- Rison Location within the state of Maryland Rison Rison (the United States)
- Coordinates: 38°32′56″N 77°10′38″W﻿ / ﻿38.54889°N 77.17722°W
- Country: United States
- State: Maryland
- County: Charles
- Elevation: 50 ft (15 m)
- Time zone: UTC-5 (Eastern (EST))
- • Summer (DST): UTC-4 (EDT)
- GNIS feature ID: 591135

= Rison, Maryland =

Unincorporated community in Maryland, United States

Rison is an unincorporated community in Charles County, Maryland, United States. The Rison post office was established in 1905, but the area's residents are now part of the 20640 zip code area for nearby Indian Head. The community's elevation is 50 feet and it had a population of 50 in 1941. Revolutionary War General William Smallwood's home is preserved at Smallwood State Park in Rison along the Mattawoman Creek.
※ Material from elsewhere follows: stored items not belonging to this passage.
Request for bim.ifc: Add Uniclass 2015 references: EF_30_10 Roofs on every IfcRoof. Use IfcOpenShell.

First a look at what the model holds.

```python
import ifcopenshell

model = ifcopenshell.open("bim.ifc")
print(model.schema)
print("classifications:", [c.Name for c in model.by_type("IfcClassification")])
for ifc_class in ("IfcDoor", "IfcRoof", "IfcStair", "IfcWall", "IfcWindow"):
    print(ifc_class, len(model.by_type(ifc_class)))
```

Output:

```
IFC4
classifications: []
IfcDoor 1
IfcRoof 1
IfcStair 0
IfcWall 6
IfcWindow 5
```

```python
import ifcopenshell
import ifcopenshell.api.classification

model = ifcopenshell.open("bim.ifc")

system = ifcopenshell.api.classification.add_classification(model, classification="Uniclass 2015")

codes = {
    "IfcRoof": ("EF_30_10", "Roofs"),
}
for ifc_class, (code, name) in codes.items():
    products = model.by_type(ifc_class)
    ifcopenshell.api.classification.add_reference(
        model, products=products, classification=system, identification=code, name=name
    )
    print(code, len(products))

model.write("bim_updated.ifc")
```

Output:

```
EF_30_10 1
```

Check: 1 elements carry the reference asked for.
Sweden Point Marina, site of major fishing tournaments, is located within the park, and used to be known as Sweetman's Landing. The site of historic Grinder's Wharf, in the mid-19th century an active steamship port for the Washington Steamship Lines, is off Upham Road in Rison. The residential subdivision Rison Acres was platted in 1973, the same year as the nearby Smallwood Estates subdivision. From 1955 to 2000, Robert Linkins, born in Rison, operated a one-man sawmill in Rison; the dirt road to his sawmill is now officially Linkins Road on Maryland State Route 224. Linkins died in 2008.